Scan the records below for the string "IFCPOLYGONALFACESET" and return every line where it appears.

(Stored data)
☆ ☆ ☆ ☆ ☆

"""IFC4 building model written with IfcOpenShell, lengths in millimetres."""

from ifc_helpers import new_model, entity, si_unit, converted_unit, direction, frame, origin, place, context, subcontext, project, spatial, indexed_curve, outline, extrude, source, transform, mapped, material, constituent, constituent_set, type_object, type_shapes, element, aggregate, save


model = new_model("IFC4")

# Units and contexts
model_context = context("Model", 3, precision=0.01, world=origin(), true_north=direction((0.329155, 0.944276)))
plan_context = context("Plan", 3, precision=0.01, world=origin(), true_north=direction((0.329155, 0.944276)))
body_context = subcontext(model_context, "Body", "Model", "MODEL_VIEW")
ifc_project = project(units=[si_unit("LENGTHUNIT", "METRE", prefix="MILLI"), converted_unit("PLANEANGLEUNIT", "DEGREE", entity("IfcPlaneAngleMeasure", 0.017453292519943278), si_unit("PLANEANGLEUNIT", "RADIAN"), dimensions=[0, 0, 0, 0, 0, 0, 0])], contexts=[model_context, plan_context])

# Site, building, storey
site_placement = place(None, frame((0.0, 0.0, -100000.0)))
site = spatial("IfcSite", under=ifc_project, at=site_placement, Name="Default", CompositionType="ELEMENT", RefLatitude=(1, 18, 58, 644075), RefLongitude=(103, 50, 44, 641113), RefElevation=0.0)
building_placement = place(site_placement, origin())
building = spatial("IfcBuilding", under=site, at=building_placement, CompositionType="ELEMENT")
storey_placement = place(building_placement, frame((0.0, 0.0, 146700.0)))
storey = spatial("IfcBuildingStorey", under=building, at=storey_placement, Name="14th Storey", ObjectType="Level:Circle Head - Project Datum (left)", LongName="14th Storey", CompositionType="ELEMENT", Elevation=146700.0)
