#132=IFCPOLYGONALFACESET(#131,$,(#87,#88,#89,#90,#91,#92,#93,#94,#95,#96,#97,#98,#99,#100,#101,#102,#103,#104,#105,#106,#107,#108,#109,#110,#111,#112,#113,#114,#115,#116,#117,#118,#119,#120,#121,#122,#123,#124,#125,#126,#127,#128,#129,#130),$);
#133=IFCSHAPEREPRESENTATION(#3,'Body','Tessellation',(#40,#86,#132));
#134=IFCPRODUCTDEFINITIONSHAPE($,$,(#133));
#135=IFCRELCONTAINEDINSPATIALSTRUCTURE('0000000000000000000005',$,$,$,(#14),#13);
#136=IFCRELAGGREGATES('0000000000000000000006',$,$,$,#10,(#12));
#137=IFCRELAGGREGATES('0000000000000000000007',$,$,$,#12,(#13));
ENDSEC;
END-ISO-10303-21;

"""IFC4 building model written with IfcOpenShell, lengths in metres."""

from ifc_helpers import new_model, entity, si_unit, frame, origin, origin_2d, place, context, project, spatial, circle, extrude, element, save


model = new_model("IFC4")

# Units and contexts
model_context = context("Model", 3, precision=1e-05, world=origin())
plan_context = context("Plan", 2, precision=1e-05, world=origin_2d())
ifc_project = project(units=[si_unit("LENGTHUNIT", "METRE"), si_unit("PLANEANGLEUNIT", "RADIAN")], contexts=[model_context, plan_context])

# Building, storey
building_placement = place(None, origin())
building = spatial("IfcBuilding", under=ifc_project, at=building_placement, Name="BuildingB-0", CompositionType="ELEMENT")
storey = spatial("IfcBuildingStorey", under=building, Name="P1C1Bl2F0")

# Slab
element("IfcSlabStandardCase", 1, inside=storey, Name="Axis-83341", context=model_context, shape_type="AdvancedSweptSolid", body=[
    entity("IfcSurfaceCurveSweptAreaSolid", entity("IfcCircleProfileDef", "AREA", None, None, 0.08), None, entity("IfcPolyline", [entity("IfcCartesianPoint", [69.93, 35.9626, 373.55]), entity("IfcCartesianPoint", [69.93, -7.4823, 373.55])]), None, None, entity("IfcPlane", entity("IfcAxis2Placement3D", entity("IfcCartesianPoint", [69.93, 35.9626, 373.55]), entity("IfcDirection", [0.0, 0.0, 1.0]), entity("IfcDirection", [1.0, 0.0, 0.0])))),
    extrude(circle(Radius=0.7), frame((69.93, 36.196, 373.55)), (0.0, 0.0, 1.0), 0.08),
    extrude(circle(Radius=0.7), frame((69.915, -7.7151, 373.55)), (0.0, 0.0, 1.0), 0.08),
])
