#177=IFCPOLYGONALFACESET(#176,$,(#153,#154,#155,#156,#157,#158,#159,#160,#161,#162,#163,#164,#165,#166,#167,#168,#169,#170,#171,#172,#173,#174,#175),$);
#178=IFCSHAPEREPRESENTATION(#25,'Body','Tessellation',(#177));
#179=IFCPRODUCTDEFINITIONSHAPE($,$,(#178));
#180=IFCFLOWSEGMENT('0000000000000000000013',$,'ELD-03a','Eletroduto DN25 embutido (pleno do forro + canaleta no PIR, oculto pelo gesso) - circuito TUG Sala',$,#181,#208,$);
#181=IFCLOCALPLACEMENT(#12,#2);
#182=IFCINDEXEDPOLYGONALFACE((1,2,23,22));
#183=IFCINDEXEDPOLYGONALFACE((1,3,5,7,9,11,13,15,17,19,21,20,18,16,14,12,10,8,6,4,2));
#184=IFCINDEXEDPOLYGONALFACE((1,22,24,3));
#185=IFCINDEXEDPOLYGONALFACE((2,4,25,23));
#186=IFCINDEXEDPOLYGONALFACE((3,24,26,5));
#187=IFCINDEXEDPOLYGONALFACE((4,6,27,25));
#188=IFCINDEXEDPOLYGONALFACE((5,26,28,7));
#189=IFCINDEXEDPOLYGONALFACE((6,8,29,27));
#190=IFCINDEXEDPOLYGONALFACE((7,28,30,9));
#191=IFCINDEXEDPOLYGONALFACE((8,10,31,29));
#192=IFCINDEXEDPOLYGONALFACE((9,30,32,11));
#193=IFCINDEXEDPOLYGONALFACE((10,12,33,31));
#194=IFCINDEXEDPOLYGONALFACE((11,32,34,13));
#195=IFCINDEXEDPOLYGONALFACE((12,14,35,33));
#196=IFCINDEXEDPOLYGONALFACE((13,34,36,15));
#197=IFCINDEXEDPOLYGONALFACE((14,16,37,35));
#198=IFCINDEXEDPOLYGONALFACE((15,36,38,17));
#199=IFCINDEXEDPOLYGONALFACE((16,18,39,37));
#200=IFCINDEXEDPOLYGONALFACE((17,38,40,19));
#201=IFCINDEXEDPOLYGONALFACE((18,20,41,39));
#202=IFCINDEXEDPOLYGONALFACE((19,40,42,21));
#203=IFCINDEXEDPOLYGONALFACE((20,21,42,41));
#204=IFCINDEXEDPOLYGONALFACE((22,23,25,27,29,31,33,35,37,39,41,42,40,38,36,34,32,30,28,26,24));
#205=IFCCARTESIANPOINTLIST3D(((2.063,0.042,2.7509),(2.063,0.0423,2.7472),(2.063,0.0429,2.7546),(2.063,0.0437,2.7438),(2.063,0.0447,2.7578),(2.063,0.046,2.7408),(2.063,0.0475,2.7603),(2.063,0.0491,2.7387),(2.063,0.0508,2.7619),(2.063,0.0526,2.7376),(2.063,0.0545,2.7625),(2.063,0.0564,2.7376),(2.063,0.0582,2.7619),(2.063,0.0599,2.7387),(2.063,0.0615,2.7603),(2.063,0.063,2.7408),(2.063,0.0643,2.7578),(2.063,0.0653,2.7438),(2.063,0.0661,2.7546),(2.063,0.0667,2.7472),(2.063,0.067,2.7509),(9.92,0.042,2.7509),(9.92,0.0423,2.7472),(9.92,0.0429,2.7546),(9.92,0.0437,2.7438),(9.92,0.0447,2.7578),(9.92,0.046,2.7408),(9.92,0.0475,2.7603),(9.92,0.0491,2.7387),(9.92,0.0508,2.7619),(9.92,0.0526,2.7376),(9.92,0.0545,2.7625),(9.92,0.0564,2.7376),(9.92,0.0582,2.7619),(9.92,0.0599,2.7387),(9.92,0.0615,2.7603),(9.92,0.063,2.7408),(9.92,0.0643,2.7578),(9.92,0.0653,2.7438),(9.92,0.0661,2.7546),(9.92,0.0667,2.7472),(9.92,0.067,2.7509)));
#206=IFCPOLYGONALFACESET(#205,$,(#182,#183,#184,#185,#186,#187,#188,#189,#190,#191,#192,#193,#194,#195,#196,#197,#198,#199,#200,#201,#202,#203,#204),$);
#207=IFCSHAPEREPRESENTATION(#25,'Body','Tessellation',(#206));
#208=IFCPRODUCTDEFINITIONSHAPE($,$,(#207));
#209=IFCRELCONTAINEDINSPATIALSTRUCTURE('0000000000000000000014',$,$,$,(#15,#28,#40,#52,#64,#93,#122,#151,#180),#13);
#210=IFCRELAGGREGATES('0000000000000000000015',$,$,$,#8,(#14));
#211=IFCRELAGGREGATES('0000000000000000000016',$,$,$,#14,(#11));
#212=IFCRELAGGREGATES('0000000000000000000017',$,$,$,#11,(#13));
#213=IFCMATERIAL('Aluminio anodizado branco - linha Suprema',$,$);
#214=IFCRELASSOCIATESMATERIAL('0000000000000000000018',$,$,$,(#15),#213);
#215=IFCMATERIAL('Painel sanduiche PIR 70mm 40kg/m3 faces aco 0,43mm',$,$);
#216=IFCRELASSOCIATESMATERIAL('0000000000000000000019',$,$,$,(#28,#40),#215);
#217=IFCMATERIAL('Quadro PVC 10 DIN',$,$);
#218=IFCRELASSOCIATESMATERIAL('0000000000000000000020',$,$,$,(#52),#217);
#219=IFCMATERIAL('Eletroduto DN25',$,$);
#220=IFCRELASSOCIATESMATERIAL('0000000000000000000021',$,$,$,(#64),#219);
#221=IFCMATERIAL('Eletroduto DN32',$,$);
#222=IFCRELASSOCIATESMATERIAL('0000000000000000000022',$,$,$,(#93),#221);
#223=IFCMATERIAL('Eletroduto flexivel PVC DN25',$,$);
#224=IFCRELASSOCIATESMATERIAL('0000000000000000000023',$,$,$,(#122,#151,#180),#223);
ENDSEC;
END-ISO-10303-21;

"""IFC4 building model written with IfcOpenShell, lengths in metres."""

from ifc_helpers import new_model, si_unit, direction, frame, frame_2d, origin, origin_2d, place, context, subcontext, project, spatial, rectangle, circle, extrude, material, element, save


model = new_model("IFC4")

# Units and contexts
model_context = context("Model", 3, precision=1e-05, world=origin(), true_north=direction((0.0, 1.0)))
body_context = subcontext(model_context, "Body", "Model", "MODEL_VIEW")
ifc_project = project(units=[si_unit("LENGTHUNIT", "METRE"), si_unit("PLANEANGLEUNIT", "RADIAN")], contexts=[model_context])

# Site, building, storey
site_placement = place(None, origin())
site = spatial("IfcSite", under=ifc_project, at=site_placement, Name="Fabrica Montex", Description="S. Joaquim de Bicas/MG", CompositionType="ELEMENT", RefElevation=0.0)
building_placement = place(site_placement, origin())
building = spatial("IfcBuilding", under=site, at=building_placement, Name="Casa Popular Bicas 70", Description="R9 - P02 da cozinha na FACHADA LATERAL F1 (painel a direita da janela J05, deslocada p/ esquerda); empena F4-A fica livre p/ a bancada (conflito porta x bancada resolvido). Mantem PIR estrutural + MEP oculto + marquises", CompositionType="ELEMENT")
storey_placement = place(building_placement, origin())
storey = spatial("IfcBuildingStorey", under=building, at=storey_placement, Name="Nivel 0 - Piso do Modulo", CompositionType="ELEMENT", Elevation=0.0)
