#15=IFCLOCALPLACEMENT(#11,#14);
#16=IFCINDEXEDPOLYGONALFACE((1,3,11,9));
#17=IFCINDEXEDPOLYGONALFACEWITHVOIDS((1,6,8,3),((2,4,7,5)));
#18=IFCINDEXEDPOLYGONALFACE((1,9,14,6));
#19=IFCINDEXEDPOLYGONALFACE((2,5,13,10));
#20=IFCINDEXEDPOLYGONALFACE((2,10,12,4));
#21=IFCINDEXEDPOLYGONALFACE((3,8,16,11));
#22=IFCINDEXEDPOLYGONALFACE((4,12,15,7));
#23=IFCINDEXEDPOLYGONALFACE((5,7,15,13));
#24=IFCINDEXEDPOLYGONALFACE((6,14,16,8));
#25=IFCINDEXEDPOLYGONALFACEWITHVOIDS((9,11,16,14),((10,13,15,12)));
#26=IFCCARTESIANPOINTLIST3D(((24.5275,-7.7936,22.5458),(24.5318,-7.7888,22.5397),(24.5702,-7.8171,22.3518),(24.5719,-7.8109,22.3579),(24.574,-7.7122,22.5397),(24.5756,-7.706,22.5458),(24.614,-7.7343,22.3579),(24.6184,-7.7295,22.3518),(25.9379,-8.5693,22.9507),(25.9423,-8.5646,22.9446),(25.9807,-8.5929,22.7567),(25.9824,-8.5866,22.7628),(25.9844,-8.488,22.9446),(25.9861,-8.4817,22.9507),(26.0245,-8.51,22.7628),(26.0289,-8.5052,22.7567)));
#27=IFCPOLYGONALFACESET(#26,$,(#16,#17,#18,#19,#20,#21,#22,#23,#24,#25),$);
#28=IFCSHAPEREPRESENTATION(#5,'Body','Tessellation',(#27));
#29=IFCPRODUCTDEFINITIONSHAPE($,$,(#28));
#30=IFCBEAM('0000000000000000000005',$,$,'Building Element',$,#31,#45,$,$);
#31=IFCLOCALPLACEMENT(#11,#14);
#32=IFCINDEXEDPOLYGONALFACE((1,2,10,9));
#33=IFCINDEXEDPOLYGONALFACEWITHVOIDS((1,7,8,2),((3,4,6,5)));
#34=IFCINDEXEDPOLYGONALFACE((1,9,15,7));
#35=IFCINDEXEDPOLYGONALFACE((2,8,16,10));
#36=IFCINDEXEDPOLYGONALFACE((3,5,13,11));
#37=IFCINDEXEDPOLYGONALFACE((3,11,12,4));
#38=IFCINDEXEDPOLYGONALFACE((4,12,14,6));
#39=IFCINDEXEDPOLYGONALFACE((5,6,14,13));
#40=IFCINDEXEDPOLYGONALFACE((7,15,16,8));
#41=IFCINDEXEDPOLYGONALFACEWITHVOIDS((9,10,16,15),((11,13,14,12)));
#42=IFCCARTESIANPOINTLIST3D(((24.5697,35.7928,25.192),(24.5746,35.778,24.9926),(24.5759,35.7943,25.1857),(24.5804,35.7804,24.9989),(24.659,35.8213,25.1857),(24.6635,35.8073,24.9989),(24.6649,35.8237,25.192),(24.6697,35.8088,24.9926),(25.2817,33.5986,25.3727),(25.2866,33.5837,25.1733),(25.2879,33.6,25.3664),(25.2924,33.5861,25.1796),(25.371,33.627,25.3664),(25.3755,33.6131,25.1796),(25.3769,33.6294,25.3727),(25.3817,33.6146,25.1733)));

☆ ☆ ☆ ☆ ☆

Task answer:
#132=IFCPOLYGONALFACESET(#131,$,(#87,#88,#89,#90,#91,#92,#93,#94,#95,#96,#97,#98,#99,#100,#101,#102,#103,#104,#105,#106,#107,#108,#109,#110,#111,#112,#113,#114,#115,#116,#117,#118,#119,#120,#121,#122,#123,#124,#125,#126,#127,#128,#129,#130),$);
#177=IFCPOLYGONALFACESET(#176,$,(#153,#154,#155,#156,#157,#158,#159,#160,#161,#162,#163,#164,#165,#166,#167,#168,#169,#170,#171,#172,#173,#174,#175),$);
#206=IFCPOLYGONALFACESET(#205,$,(#182,#183,#184,#185,#186,#187,#188,#189,#190,#191,#192,#193,#194,#195,#196,#197,#198,#199,#200,#201,#202,#203,#204),$);
#27=IFCPOLYGONALFACESET(#26,$,(#16,#17,#18,#19,#20,#21,#22,#23,#24,#25),$);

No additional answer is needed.